Although I'm loath to name specific examples, characters such as Obito, Kakuzu, and Itachi all epitomize some of the author's shortcomings in terms of writing. Kakuzu is a good example of a character being mismanaged (or at least poorly utilized) by the author. During his initial arc as one of the primary arc villains, his character (and by extension his development as a villain) was discarded in favor of expediting the plot. During the war arc, his character was yet again casually discarded in favor of giving the spotlight to other characters. Itachi is primarily an example of poor execution in that his transition from being an antagonist to a heroic character could have been handled better. Finally, Obito's character is effectively a can of worms following his "death" at the end of Kakashi Gaiden. Whether it be his unnaturally fast changes in characterization (effectively giving up on everything he believed in and becoming his antithesis within a matter of minutes) to his ability to pull a Karma Houdini and die with a happy ending, his characterization zig-zags in a counter-intuitive pattern throughout course of the series.
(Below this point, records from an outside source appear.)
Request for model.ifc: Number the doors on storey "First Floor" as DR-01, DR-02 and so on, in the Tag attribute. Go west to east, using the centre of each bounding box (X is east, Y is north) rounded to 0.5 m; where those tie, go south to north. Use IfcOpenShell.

First a look at what the model holds.

```python
import ifcopenshell
import ifcopenshell.util.element
import ifcopenshell.util.placement

model = ifcopenshell.open("model.ifc")
print(model.schema)
storey = next(s for s in model.by_type("IfcBuildingStorey") if s.Name == "First Floor")
doors = [e for e in ifcopenshell.util.element.get_decomposition(storey) if e.is_a("IfcDoor")]
for e in sorted(doors, key=lambda e: e.id()):
    origin = ifcopenshell.util.placement.get_local_placement(e.ObjectPlacement)[:3, 3]
    print(e.id(), e.Tag, e.Name, origin.round(2) + 0.0, sep=" | ")
```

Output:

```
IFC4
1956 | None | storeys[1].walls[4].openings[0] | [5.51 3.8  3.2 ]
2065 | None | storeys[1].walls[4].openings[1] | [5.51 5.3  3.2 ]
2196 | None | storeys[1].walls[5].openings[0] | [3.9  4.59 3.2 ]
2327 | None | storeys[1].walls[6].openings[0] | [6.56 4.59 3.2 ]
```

```python
import ifcopenshell
import ifcopenshell.geom
import ifcopenshell.util.element
import ifcopenshell.util.shape

model = ifcopenshell.open("model.ifc")
settings = ifcopenshell.geom.settings()
settings.set("use-world-coords", True)


def centre(element):
    shape = ifcopenshell.geom.create_shape(settings, element)
    return ifcopenshell.util.shape.get_bbox_centroid(shape.geometry)


storey = next(s for s in model.by_type("IfcBuildingStorey") if s.Name == "First Floor")
doors = [e for e in ifcopenshell.util.element.get_decomposition(storey) if e.is_a("IfcDoor")]

# Insertion points can sit at a corner or the storey origin, so sort by the geometry (in metres).
centres = {e: centre(e) for e in doors}
doors.sort(key=lambda e: (round(centres[e][0] / 0.5), centres[e][1]))

for i, e in enumerate(doors, start=1):
    number = f"DR-{i:02d}"
    e.Tag = number
    print(e.id(), number)

model.write("model_updated.ifc")
```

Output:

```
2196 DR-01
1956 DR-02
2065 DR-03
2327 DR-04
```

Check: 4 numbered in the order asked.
In contrast to poorly written/executed characters, well written/executed characters are those that undergo gradual and/or consistent development and grow in a realistic and organic manner based on their life experiences. Jiraiya, Kakashi, Zabuza, and Danzo are all good examples of this.


----------



## Trojan (Jul 3, 2015)

Uchiha Madara is by far the worst.


----------



## Arles Celes (Jul 3, 2015)

Turrin said:


> Naruto is the worst written character.



Wasn't he one of your favorite characters? Did that change during the War or the Gaiden?
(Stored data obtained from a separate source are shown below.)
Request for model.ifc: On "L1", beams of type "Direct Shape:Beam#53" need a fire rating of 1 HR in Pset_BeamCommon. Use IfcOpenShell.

First a look at what the model holds.

```python
import ifcopenshell
import ifcopenshell.util.element

model = ifcopenshell.open("model.ifc")
print(model.schema)
storey = next(s for s in model.by_type("IfcBuildingStorey") if s.Name == "L1")
beams = [e for e in ifcopenshell.util.element.get_decomposition(storey) if e.is_a("IfcBeam")]
seen = {}
for e in beams:
    element_type = ifcopenshell.util.element.get_type(e)
    key = (element_type.Name if element_type != e and element_type else None, ifcopenshell.util.element.get_pset(e, "Pset_BeamCommon", "FireRating"))
    seen[key] = seen.get(key, 0) + 1
for (name, value), count in sorted(seen.items(), key=str):
    print(count, "x", name, "|", value)
```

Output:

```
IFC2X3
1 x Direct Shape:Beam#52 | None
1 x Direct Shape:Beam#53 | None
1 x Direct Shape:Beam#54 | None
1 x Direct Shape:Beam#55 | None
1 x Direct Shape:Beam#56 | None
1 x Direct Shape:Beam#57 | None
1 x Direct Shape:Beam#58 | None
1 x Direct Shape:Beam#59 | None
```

```python
import ifcopenshell
import ifcopenshell.api.pset
import ifcopenshell.util.element

model = ifcopenshell.open("model.ifc")

storey = next(s for s in model.by_type("IfcBuildingStorey") if s.Name == "L1")
beams = [e for e in ifcopenshell.util.element.get_decomposition(storey) if e.is_a("IfcBeam")]

count = 0
for e in beams:
    element_type = ifcopenshell.util.element.get_type(e)
    if element_type in (None, e) or element_type.Name != "Direct Shape:Beam#53":
        continue
    # add_pset returns the element's existing set when there is one.
    pset = ifcopenshell.api.pset.add_pset(model, product=e, name="Pset_BeamCommon")
    ifcopenshell.api.pset.edit_pset(model, pset=pset, properties={"FireRating": "1 HR"})
    count += 1

print(count, "beams updated")

model.write("model_edited.ifc")
```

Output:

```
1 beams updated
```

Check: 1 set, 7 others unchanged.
As for me the worst written character would be...Mei. 

No backstory(the only one among the gokage), no character development, no amazing fight one-on-one...just her being a Christmas cake being used to make fan of her.

Then she ends up in the epilogue unmarried, bitter and no longer a kage with Tsuande-who could be easily her mom- looking younger and far happier. To make things funnier Tsunade in Mei's MT dream looked kinda jealous/angry/bitter so it looks like poor Mei was trolled on every front. 

Even during her fight against Madara she was the one who kept saying how they do not stand a chance and how it is all hopeless.

Also seemingly Chojuro got over his crush on her and left her an eternal virgin.

Sakura looks like Kishi's favorite character in comparison since at least she got the D she always wanted, a pretty and talented daughter and she contributed greatly against Kaguya and by keeping alive a Kuramaless Naruto.

Poor Mei.


----------



## Grimmjowsensei (Jul 3, 2015)

Grimmjowsensei said:


> Aside from those 2 obvious ones , I'd go with Mifune, Hanzo, Nagato, Yajiko, Tenten, Hinata, Konan and Sakura.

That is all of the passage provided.